If you’re completely risk averse, or want something that spins off a guaranteed amount in your later years, you might want to consider an annuity, said Stephen. But management fees can be high and the fine print can be confounding. It’s buyer beware.
“Annuities are ultimately a contract with that annuity company,” Stephen said. “If you’re signing on the dotted line, make sure you have a good understanding of it.”
Don’t be afraid to ask basic or probing questions, especially if you’re new to the contract language.
Start saving early — and keep going
Unforeseen events and expenses can get in the way, but whenever possible, financial planners say to start saving early in your working life and don’t quit when you’re close to retiring — or necessarily even during retirement.

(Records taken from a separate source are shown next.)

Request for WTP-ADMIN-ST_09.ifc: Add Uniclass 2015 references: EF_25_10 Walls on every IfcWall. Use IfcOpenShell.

First a look at what the model holds.

```python
import ifcopenshell

model = ifcopenshell.open("WTP-ADMIN-ST_09.ifc")
print(model.schema)
print("classifications:", [c.Name for c in model.by_type("IfcClassification")])
for ifc_class in ("IfcDoor", "IfcRoof", "IfcStair", "IfcWall", "IfcWindow"):
    print(ifc_class, len(model.by_type(ifc_class)))
```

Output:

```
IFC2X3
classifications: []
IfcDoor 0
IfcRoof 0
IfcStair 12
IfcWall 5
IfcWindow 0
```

```python
import ifcopenshell
import ifcopenshell.api.classification

model = ifcopenshell.open("WTP-ADMIN-ST_09.ifc")

# IFC2X3 requires Source and Edition and has no link from the project to the system.
system = model.create_entity("IfcClassification", Source="NBS", Edition="2015", Name="Uniclass 2015")

codes = {
    "IfcWall": ("EF_25_10", "Walls"),
}
for ifc_class, (code, name) in codes.items():
    products = model.by_type(ifc_class)
    ifcopenshell.api.classification.add_reference(
        model, products=products, classification=system, identification=code, name=name
    )
    print(code, len(products))

model.write("WTP-ADMIN-ST_09_rev.ifc")
```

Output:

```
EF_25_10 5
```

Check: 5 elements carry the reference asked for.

“Money is a tool to get what you want out of life,” said Labelle. “For those looking to stop work and enjoy life in retirement, maybe they want to look at some of those big vacations and instead save for the long term.”
“The longer that someone is working, the less they need to save,” said Labelle. Someone who stops working at 70 may have to cover 10 to 15 years of living expenses, maybe more, he said. “The longer your retirement, the more you need.”
In general, and because of the shift from the pensions to 401(k)s, it’s extremely important to start contributing to a retirement account when you’re young.
“Time is an asset, just like anything else,” said Stephen.
“The earlier you start, the less work you’ll have to do, and the more the market will do for you,” said Mark Levesque, a certified financial planner and independent branch leader at Charles Schwab in Nashua.
401(k) plans differ between employers. The contribution percentage typically ratchets up over time, until a match of 10% is reached. But that may not be enough to fully fund your retirement, even with Social Security.
Labelle, like most financial advisers, believes in holding an investment mix of stocks and bonds, including some with higher risk, which have greater returns and more potential to beat inflation.
Going into retirement, it’s important to scrutinize your expenses.
Your plan “ultimately comes down to cash flow, what’s coming in and going out. If you’re making the decision to stop working, it’s important to know how much money you need and how much you can safely withdraw” from your retirement accounts and still have enough left to generate future income, Stephen said.
“In times like these, it makes sense to look at how long your horizon is. If you’re 65, look at 20 years. If you’re 75, it’s time to move into safer investments. The big risk is how long you’re going to live,” said Labelle. You need a balance between stocks and bonds in order to balance risk.
Take a look at the long haul
People planning for retirement often forget that expenses such as college tuition and mortgage payments will disappear or shrink substantially. And that frees up cash for investing.
Later-stage investing depends on the level of risk you’re willing and able to tolerate, which differs between individuals, their ages, personalities and financial wherewithal.
For someone with a 25-year investment horizon, a portfolio of only low-risk investments can hold back necessary growth, financial planners warn.
Spending is your biggest lever. What’s essential and what is not?
When folks head into retirement, and “the less flexible their spending is, the more we might reduce their stock risk,” Labelle said. “While we take a little off, it’s important to remember they’re also planning for decades ahead.
“You want to keep that in mind when you’re watching what you’re doing, rather than watching the daily ups and downs of the market,” he said.